Bulma le scompose con dita sottili e curate, inspirò un’altra boccata.
«Qui non è permesso fumare.» Vegeta posò il proprio zaino per terra, deciso a sedersi, dove preferiva sempre sedersi: all’angolo del pergolato, rivolto al lago.
«Come non è permesso gettare spazzatura per terra.»
«Non l’avevo gettata. Mi era caduta.»
«Ma poi non l’hai raccolta.» Gliela aveva lasciata accanto. Non capì il ghigno che le rivolse. «Vieni sempre qui?»
«Potrei fare la stessa domanda, e chiarire, se è il caso che io torni o meno.»
Sbuffò sfacciatamente un’altra nuvola di fumo dolciastro. «Non un amante della compagnia.»
«No.» Tirò fuori un libro dallo zaino. Iniziò a leggere.
«Cosa leggi?»
Tirò fuori anche gli air pod.  
Alcuni uccelli spiccarono il volo da un ramo di ciliegio; scoppiarono coriandoli di pioggia. 

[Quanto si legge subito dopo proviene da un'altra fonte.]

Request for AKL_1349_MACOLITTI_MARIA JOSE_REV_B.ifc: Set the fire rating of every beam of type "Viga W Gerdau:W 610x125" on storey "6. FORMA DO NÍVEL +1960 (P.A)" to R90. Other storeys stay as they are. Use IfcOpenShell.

First a look at what the model holds.

```python
import ifcopenshell
import ifcopenshell.util.element

model = ifcopenshell.open("AKL_1349_MACOLITTI_MARIA JOSE_REV_B.ifc")
print(model.schema)
storey = next(s for s in model.by_type("IfcBuildingStorey") if s.Name == "6. FORMA DO NÍVEL +1960 (P.A)")
beams = [e for e in ifcopenshell.util.element.get_decomposition(storey) if e.is_a("IfcBeam")]
seen = {}
for e in beams:
    element_type = ifcopenshell.util.element.get_type(e)
    key = (element_type.Name if element_type != e and element_type else None, ifcopenshell.util.element.get_pset(e, "Pset_BeamCommon", "FireRating"))
    seen[key] = seen.get(key, 0) + 1
for (name, value), count in sorted(seen.items(), key=str):
    print(count, "x", name, "|", value)
```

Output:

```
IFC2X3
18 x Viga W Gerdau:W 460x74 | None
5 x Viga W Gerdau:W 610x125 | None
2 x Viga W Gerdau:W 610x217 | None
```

```python
import ifcopenshell
import ifcopenshell.api.pset
import ifcopenshell.util.element

model = ifcopenshell.open("AKL_1349_MACOLITTI_MARIA JOSE_REV_B.ifc")

storey = next(s for s in model.by_type("IfcBuildingStorey") if s.Name == "6. FORMA DO NÍVEL +1960 (P.A)")
beams = [e for e in ifcopenshell.util.element.get_decomposition(storey) if e.is_a("IfcBeam")]

count = 0
for e in beams:
    element_type = ifcopenshell.util.element.get_type(e)
    if element_type in (None, e) or element_type.Name != "Viga W Gerdau:W 610x125":
        continue
    # add_pset returns the element's existing set when there is one.
    pset = ifcopenshell.api.pset.add_pset(model, product=e, name="Pset_BeamCommon")
    ifcopenshell.api.pset.edit_pset(model, pset=pset, properties={"FireRating": "R90"})
    count += 1

print(count, "beams updated")

model.write("AKL_1349_MACOLITTI_MARIA JOSE_REV_B_v2.ifc")
```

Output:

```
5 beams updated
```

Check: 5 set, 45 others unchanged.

Era un libro sottile, dalla copertina rigida e rossa. In bianco, sulla costa, a caratteri cubitali c’era scritto Soyuz, “An Insight into Russia’s flagship spacecraft, from Moon missions to the International Space Station”.
Il modello che cercava lo avrebbe trovato a pagina 17: la navicella spaziale Vostock, “Oriente”. La sua capsula di rientro era sferica, monoposto.
Avrebbe tanto voluto studiarla. «Ehi! Quello è il libro che sto cercando!»
Goku si volse verso la ragazza che aveva parlato. Una straniera dai capelli color ottanio. «Dici a me?»
«A chi altrimenti?» La biblioteca era vuota. Erano rimasti solo loro due in una jungla di libri. Il sole tagliava gli scaffali con la sua ultima luce morente.
«Mi dispiace, ma l’ho preso prima io.» E se lo ficcò nello zaino.
«Potresti almeno lasciarmi fare delle fotocopie.» 

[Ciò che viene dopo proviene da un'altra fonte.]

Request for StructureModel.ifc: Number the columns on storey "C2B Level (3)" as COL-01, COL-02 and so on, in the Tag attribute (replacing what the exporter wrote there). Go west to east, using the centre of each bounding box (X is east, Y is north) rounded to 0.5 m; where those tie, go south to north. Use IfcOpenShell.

First a look at what the model holds.

```python
import ifcopenshell
import ifcopenshell.util.element
import ifcopenshell.util.placement

model = ifcopenshell.open("StructureModel.ifc")
print(model.schema)
storey = next(s for s in model.by_type("IfcBuildingStorey") if s.Name == "C2B Level (3)")
columns = [e for e in ifcopenshell.util.element.get_decomposition(storey) if e.is_a("IfcColumn")]
for e in sorted(columns, key=lambda e: e.id()):
    origin = ifcopenshell.util.placement.get_local_placement(e.ObjectPlacement)[:3, 3]
    print(e.id(), e.Tag, e.Name, origin.round(2) + 0.0, sep=" | ")
```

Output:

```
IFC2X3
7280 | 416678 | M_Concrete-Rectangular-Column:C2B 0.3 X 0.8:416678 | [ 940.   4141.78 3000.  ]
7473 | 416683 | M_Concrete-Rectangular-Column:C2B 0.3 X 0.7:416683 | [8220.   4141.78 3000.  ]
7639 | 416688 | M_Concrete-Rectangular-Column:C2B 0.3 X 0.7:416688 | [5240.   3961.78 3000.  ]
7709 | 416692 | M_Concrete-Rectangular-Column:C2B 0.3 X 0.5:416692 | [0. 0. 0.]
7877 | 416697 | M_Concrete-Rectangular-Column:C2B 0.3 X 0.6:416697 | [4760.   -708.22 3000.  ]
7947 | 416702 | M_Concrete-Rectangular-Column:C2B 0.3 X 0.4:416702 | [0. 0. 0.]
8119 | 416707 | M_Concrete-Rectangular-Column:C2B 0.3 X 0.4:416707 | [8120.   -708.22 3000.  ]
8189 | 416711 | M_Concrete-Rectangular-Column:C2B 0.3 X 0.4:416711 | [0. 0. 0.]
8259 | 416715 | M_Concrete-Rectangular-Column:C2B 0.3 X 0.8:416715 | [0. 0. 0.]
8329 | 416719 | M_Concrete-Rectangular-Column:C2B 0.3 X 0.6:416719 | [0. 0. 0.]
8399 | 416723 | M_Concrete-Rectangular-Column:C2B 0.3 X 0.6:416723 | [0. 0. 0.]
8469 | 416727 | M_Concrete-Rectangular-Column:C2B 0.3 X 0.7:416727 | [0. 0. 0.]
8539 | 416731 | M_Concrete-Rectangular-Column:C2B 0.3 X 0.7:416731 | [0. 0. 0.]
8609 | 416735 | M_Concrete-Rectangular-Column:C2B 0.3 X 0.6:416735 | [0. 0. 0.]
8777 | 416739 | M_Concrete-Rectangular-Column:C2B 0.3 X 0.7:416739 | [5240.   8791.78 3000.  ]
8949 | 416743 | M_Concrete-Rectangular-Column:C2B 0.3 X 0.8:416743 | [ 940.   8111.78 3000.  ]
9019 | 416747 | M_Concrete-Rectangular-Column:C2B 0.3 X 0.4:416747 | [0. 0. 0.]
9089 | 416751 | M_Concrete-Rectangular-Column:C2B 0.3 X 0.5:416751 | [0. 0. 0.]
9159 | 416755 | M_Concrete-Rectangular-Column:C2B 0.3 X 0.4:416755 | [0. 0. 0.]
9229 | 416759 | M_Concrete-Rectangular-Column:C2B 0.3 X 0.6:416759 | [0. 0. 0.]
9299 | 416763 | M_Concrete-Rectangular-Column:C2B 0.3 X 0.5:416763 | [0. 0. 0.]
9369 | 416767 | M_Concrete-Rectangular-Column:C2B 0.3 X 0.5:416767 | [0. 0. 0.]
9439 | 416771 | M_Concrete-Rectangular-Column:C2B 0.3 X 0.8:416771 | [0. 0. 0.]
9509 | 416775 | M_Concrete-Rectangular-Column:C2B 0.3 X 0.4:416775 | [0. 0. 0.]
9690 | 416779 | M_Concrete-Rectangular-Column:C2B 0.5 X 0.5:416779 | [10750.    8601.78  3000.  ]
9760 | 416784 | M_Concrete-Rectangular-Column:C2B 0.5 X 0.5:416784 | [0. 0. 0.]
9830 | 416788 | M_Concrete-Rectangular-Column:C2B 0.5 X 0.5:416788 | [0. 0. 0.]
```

```python
import ifcopenshell
import ifcopenshell.geom
import ifcopenshell.util.element
import ifcopenshell.util.shape

model = ifcopenshell.open("StructureModel.ifc")
settings = ifcopenshell.geom.settings()
settings.set("use-world-coords", True)


def centre(element):
    shape = ifcopenshell.geom.create_shape(settings, element)
    return ifcopenshell.util.shape.get_bbox_centroid(shape.geometry)


storey = next(s for s in model.by_type("IfcBuildingStorey") if s.Name == "C2B Level (3)")
columns = [e for e in ifcopenshell.util.element.get_decomposition(storey) if e.is_a("IfcColumn")]

# Insertion points can sit at a corner or the storey origin, so sort by the geometry (in metres).
centres = {e: centre(e) for e in columns}
columns.sort(key=lambda e: (round(centres[e][0] / 0.5), centres[e][1]))

for i, e in enumerate(columns, start=1):
    number = f"COL-{i:02d}"
    e.Tag = number
    print(e.id(), number)

model.write("StructureModel_v2.ifc")
```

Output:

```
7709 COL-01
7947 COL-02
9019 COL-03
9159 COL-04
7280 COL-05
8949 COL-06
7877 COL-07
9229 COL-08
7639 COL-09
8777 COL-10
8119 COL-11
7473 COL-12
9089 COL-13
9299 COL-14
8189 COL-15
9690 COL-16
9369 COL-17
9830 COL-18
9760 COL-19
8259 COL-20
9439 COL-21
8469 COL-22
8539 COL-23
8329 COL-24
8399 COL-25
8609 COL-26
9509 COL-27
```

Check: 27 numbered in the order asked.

«E così mi ha dato questo in cambio.» Del silenzio per aver fotocopiato un libro intero.
«Un KitKat alla fragola?» Crilin notò che era scaduto da un mese, ed era sbriciolato in più parti.
«L’alternativa era il caffè, ma a me non piace.»
«E come ha detto di chiamarsi?»
«Bulla mi sembra.» Una tipa bizzarra, «Non mi ha neanche detto grazie.»

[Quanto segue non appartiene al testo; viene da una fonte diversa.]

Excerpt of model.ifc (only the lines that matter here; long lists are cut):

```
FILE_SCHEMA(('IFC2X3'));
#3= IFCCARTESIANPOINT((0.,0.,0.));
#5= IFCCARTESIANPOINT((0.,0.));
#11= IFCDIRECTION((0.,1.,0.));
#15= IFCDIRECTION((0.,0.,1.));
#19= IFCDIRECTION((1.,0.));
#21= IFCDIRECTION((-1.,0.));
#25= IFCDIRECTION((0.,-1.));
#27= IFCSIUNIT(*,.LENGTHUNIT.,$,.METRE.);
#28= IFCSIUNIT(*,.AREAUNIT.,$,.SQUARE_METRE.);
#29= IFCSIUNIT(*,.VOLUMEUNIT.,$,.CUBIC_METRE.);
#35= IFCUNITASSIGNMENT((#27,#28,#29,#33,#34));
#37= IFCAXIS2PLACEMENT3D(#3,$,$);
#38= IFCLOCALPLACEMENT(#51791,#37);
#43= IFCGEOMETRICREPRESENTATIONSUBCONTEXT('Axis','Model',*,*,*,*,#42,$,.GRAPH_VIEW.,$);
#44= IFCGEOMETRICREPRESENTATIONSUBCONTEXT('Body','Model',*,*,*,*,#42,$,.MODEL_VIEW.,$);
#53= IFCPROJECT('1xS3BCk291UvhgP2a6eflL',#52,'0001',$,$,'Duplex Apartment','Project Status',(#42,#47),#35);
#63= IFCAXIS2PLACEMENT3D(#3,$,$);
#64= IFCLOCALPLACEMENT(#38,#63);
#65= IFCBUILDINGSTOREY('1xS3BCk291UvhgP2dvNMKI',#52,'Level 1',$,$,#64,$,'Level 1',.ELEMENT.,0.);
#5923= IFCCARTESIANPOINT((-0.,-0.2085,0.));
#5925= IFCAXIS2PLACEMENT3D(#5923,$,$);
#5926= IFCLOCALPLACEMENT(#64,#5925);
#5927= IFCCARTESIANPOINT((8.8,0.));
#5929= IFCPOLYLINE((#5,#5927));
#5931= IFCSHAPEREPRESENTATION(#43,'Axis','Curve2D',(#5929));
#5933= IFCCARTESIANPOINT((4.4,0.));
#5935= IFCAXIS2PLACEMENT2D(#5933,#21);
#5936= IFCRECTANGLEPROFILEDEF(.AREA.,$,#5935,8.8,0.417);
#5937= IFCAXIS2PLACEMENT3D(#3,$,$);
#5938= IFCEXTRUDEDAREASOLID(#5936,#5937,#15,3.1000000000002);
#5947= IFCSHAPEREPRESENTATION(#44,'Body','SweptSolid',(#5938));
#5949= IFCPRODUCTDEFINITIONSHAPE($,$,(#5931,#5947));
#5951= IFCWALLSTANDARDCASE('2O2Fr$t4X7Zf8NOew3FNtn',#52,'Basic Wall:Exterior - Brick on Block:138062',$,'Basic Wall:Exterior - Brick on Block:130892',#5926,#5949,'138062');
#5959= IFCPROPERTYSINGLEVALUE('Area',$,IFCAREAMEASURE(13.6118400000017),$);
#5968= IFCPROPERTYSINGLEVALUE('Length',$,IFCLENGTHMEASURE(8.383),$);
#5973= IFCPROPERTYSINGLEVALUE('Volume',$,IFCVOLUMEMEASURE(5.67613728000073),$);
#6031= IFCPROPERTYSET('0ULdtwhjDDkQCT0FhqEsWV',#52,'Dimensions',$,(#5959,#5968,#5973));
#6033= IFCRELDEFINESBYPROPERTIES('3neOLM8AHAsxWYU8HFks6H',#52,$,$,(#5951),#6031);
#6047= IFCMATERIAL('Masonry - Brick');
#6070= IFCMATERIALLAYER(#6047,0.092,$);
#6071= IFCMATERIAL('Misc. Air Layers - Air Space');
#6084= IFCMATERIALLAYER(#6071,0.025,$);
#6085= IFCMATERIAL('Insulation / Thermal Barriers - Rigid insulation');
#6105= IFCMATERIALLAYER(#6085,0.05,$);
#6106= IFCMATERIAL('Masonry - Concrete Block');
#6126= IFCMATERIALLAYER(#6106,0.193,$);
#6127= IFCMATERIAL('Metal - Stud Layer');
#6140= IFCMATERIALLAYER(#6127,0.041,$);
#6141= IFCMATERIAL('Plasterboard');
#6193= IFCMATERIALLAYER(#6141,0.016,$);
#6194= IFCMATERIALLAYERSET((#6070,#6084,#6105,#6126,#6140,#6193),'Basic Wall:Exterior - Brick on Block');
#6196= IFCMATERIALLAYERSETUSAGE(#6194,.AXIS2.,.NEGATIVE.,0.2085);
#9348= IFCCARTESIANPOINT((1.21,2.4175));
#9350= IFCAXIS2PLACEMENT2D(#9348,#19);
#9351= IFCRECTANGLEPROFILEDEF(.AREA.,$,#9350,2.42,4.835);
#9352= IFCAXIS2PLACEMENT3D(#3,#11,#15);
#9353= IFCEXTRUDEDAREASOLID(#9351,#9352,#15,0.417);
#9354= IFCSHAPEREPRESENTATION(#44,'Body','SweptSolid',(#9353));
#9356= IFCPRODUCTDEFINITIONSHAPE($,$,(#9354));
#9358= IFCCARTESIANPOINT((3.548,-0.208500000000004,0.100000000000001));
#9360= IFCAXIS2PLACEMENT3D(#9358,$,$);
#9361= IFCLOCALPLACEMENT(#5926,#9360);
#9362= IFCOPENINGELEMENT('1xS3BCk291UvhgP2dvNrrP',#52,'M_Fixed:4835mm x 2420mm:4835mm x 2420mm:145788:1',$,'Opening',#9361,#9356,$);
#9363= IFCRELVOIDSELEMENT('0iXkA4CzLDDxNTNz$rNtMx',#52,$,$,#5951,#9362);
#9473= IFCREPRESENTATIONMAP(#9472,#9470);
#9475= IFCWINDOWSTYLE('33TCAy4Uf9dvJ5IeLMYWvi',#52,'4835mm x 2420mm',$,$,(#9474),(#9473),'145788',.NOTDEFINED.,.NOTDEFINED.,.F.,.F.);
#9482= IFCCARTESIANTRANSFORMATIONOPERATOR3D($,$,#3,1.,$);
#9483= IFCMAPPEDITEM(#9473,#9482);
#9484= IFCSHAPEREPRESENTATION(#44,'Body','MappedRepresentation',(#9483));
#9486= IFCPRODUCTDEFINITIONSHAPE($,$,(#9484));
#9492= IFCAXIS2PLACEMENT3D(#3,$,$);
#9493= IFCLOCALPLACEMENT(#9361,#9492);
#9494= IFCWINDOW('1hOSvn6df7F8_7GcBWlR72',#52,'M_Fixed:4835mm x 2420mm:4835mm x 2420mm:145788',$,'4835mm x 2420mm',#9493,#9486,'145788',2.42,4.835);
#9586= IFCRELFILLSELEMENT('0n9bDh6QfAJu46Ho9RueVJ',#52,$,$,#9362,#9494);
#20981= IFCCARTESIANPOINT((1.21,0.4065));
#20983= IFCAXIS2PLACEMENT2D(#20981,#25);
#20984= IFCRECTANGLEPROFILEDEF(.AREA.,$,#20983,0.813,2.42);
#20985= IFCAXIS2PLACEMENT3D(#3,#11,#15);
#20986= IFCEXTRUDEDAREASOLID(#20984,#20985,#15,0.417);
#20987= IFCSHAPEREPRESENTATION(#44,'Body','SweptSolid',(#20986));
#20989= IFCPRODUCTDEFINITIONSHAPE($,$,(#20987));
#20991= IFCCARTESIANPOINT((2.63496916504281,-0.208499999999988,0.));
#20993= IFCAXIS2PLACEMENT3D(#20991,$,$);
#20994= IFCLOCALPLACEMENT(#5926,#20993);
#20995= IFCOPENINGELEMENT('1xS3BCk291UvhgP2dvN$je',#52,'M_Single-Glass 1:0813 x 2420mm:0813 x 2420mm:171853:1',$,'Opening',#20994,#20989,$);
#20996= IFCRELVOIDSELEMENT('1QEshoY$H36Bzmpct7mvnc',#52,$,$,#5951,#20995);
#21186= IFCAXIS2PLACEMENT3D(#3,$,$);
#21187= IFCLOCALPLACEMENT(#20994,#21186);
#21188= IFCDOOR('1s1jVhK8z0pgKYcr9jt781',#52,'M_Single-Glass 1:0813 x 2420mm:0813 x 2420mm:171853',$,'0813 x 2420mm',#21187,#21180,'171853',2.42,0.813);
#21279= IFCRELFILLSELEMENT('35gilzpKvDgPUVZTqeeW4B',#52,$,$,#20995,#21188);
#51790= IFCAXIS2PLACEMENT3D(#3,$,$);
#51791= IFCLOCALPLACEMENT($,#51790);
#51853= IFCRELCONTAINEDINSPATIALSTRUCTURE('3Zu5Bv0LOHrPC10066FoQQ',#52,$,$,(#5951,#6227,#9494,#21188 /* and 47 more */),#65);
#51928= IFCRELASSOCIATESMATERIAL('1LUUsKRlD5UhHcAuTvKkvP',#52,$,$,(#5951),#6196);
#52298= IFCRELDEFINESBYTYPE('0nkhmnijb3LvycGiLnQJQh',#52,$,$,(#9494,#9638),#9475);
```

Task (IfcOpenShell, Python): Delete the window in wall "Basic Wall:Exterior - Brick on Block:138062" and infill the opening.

```python
import ifcopenshell
import ifcopenshell.api.feature
import ifcopenshell.api.pset
import ifcopenshell.api.root
import ifcopenshell.geom
import ifcopenshell.util.element
import ifcopenshell.util.shape
import ifcopenshell.util.unit

model = ifcopenshell.open("model.ifc")
area_scale = ifcopenshell.util.unit.calculate_unit_scale(model, "AREAUNIT")
volume_scale = ifcopenshell.util.unit.calculate_unit_scale(model, "VOLUMEUNIT")
settings = ifcopenshell.geom.settings()


def volume(element):
    """Net volume in cubic metres, openings subtracted."""
    shape = ifcopenshell.geom.create_shape(settings, element)
    return ifcopenshell.util.shape.get_volume(shape.geometry)


window = model.by_guid("1hOSvn6df7F8_7GcBWlR72")
opening = window.FillsVoids[0].RelatingOpeningElement
wall = opening.VoidsElements[0].RelatingBuildingElement
before = volume(wall)

ifcopenshell.api.root.remove_product(model, product=window)
ifcopenshell.api.feature.remove_feature(model, feature=opening)

after = volume(wall)
thickness = 0.417  # wall thickness in metres

# Update the wall's stored quantities.
pset = model.by_id(ifcopenshell.util.element.get_pset(wall, "Dimensions", should_inherit=False)["id"])
ifcopenshell.api.pset.edit_pset(model, pset=pset, properties={
    "Area": model.create_entity("IfcAreaMeasure", after / thickness / area_scale),
    "Volume": model.create_entity("IfcVolumeMeasure", after / volume_scale),
})

print(f"wall volume {before:.3f} -> {after:.3f} m3")

model.write("model_edited.ifc")
```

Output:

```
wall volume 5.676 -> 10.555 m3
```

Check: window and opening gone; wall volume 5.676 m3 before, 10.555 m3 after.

Bulla…«Non l’ho mai sentita.»
Vegeta li guardò entrambi, in silenzio, scocciato e affranto: non voleva la loro compagnia e Goku pareva non comprenderlo. Affatto. «Comunque, se avete finito di blaterare sciocchezze lasciate il libro e andatevene.» Doveva assolutamente prepararsi per la prossima lezione, o lo avrebbero licenziato sul serio.
 

Continua…

 

 


Salve! :D Ebbene, un’altra AU! Inizialmente avrebbe dovuto essere una OS per la mia raccolta “Oltre l’orizzonte degli eventi”, ma poi ho deciso che sarà una piccola long.
Spero che questo brevissimo “sneak peek” vi sia piaciuto, i prossimi aggiornamenti saranno più lunghi.
Alla prossima :) Nota sul Politecnico - questa università è inventata, mi ero dimenticata di specificarlo! Cercavo un’università che fosse vicina al parco Shinjuku, come la scuola dell’anime. Da quelle parti (almeno basandomi sulle mie ricerche) esiste un Politecnico di design che però non avrebbe fatto al mio caso. Nella descrizione degli ambienti e delle lezioni ho quindi tratto ispirazione da diverse università giapponesi.